These days, truth is, it's pretty much just Carlson. But that's to be expected when you try to keep something called the Dull Men's Club afloat. We're talking about an organization, after all, that gets excited about traffic cameras and rhubarb festivals.

It recently added the eighth International World Potato Congress to its events calendar.

"When we were in New York, we limited ourselves to 17 members because that's the number of chairs there were in the room," Carlson recalled, tongue planted in cheek, during a phone interview with AOL News.

While membership has dwindled, interest in the club and its curious pursuits has increased. The club keeps a database on more than 400 luggage carousels from around the globe, assiduously noting the rotational direction of each one.

Over the years, travelers have written in about airports in far-off locales, such as Yerevan, Armenia and Libreville, Gabon, to let the club know whether the carousels move clockwise or counterclockwise.

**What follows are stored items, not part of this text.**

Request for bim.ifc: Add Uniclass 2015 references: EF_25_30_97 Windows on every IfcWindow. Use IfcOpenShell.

First a look at what the model holds.

```python
import ifcopenshell

model = ifcopenshell.open("bim.ifc")
print(model.schema)
print("classifications:", [c.Name for c in model.by_type("IfcClassification")])
for ifc_class in ("IfcDoor", "IfcRoof", "IfcStair", "IfcWall", "IfcWindow"):
    print(ifc_class, len(model.by_type(ifc_class)))
```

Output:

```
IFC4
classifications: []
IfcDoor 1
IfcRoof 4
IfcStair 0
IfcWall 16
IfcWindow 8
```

```python
import ifcopenshell
import ifcopenshell.api.classification

model = ifcopenshell.open("bim.ifc")

system = ifcopenshell.api.classification.add_classification(model, classification="Uniclass 2015")

codes = {
    "IfcWindow": ("EF_25_30_97", "Windows"),
}
for ifc_class, (code, name) in codes.items():
    products = model.by_type(ifc_class)
    ifcopenshell.api.classification.add_reference(
        model, products=products, classification=system, identification=code, name=name
    )
    print(code, len(products))

model.write("bim_edited.ifc")
```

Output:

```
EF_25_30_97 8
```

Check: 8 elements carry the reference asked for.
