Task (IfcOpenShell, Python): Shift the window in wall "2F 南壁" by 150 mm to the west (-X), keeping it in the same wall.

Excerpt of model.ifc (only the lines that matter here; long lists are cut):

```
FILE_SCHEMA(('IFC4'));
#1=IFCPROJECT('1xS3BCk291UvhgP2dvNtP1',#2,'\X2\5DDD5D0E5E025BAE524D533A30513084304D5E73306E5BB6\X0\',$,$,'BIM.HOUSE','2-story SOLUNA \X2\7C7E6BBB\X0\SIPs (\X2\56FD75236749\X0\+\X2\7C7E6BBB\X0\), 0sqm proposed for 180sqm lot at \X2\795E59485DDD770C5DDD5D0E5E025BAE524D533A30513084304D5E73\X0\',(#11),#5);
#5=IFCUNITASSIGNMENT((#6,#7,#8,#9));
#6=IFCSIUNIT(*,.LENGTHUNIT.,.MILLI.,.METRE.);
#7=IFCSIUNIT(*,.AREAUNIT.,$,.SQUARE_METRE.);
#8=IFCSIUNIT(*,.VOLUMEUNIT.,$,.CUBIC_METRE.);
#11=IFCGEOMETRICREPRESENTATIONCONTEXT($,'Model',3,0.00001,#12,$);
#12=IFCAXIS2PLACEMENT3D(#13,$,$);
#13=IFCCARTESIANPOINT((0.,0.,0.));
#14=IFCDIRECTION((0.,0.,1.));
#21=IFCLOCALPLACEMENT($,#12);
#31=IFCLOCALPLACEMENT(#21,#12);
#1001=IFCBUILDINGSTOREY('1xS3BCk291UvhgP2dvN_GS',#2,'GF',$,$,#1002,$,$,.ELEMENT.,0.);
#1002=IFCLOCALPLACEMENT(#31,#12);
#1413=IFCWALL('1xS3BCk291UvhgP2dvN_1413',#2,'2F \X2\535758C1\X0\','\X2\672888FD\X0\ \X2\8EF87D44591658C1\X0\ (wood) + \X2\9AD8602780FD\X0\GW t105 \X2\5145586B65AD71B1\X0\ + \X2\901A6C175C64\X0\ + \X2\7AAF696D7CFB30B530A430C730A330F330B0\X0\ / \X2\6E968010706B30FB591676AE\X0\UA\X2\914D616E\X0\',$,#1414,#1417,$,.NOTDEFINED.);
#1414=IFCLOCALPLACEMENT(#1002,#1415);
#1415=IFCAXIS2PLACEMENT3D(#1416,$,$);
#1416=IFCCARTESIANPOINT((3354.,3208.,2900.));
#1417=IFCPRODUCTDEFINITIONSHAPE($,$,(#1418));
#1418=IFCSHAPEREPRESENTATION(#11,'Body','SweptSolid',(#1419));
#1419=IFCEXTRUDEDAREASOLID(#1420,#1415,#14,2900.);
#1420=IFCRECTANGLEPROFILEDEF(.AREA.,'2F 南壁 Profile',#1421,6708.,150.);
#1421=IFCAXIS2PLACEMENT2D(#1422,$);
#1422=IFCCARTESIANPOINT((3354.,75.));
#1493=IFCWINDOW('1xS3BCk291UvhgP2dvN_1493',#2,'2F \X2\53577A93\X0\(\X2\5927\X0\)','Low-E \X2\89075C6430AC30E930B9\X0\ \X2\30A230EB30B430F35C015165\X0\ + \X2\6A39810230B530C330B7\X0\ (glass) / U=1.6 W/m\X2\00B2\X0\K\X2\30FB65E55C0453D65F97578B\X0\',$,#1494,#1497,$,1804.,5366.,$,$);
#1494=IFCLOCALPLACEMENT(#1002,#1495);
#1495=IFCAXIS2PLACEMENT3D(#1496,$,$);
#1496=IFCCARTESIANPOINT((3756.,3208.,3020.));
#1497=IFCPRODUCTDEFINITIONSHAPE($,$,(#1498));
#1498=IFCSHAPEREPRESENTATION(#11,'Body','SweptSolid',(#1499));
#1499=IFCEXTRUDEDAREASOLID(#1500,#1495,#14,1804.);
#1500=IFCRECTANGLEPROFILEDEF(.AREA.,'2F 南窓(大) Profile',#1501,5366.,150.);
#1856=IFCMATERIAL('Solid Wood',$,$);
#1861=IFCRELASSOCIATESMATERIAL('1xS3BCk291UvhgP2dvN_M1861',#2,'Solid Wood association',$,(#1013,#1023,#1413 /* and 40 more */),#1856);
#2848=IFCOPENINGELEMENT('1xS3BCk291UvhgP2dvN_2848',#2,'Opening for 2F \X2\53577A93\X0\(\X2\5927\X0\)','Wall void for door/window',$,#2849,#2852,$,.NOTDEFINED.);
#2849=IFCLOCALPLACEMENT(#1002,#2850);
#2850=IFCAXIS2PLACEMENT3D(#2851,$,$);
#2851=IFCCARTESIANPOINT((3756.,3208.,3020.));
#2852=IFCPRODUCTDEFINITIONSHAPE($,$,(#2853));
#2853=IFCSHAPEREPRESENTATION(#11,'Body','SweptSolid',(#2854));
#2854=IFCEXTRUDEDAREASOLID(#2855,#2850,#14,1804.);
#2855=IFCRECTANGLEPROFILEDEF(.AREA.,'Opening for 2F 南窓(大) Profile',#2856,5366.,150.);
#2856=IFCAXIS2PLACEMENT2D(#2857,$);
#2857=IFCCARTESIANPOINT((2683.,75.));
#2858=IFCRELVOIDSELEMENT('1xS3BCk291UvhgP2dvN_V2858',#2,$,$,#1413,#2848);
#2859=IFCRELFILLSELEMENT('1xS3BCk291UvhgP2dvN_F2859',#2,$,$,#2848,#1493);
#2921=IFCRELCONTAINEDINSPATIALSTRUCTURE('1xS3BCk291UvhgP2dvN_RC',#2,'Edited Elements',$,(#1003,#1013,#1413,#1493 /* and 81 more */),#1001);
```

```python
import ifcopenshell
import ifcopenshell.api.geometry
import ifcopenshell.util.placement
import ifcopenshell.util.unit

model = ifcopenshell.open("model.ifc")
unit_scale = ifcopenshell.util.unit.calculate_unit_scale(model)

window = model.by_guid("1xS3BCk291UvhgP2dvN_1493")
opening = window.FillsVoids[0].RelatingOpeningElement
wall = opening.VoidsElements[0].RelatingBuildingElement

wall_matrix = ifcopenshell.util.placement.get_local_placement(wall.ObjectPlacement)
shift = wall_matrix[:3, 0] * -0.15 / unit_scale
before = ifcopenshell.util.placement.get_local_placement(window.ObjectPlacement)[:3, 3].copy()

# The window is not placed relative to its opening, so move both.
for product in (opening, window):
    matrix = ifcopenshell.util.placement.get_local_placement(product.ObjectPlacement)
    matrix[:3, 3] += shift
    ifcopenshell.api.geometry.edit_object_placement(model, product=product, matrix=matrix, is_si=False)

after = ifcopenshell.util.placement.get_local_placement(window.ObjectPlacement)[:3, 3]
print("window moved by", (after - before).round(3) + 0.0)

model.write("model-out.ifc")
```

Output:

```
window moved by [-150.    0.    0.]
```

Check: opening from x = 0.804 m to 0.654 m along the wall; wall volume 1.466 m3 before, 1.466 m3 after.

Though Carlson plays a bore, he is, in fact, a Merced, Calif., native who lived in Nebraska and New York City before moving to England 15 years ago for work. Wary of being labeled interesting, he explains that even dull men are prone to variety.

"There's more to leading a dull life than watching paint dry," he said. "Of course, we like to watch paint dry. But we like to watch wood warp, too. We get a bucket of water and put wood in it. And if we're feeling pretty frisky that day we may take bets on whether it warps concave or convex."

Were the DMC ever to have a membership drive, it might find some actual takers. And it might find that unapologetically dull males exist just about everywhere.

For example, comedian Dan Nainan doesn't have an outwardly vapid existence. Just last week he did a stand-up routine for 2,000 people at the Kennedy Center in Washington, D.C. But what few people in the audience would realize, however, was that he was in bed by 11.

"People don't realize how boring I am," said Nainan. "I don't drink. I don't smoke. I don't do drugs, and I never have. After a show, I'll go out to dinner with a friend,and then go home and read a good book."

For Nainan, the most anxious part of his job comes after shows, when interacting with female fans who assume he's a riot offstage as well.

"When girls meet me, I think they're disappointed," Nainan admitted. "The truth is that most comedians are morose and unhappy people. They almost never laugh."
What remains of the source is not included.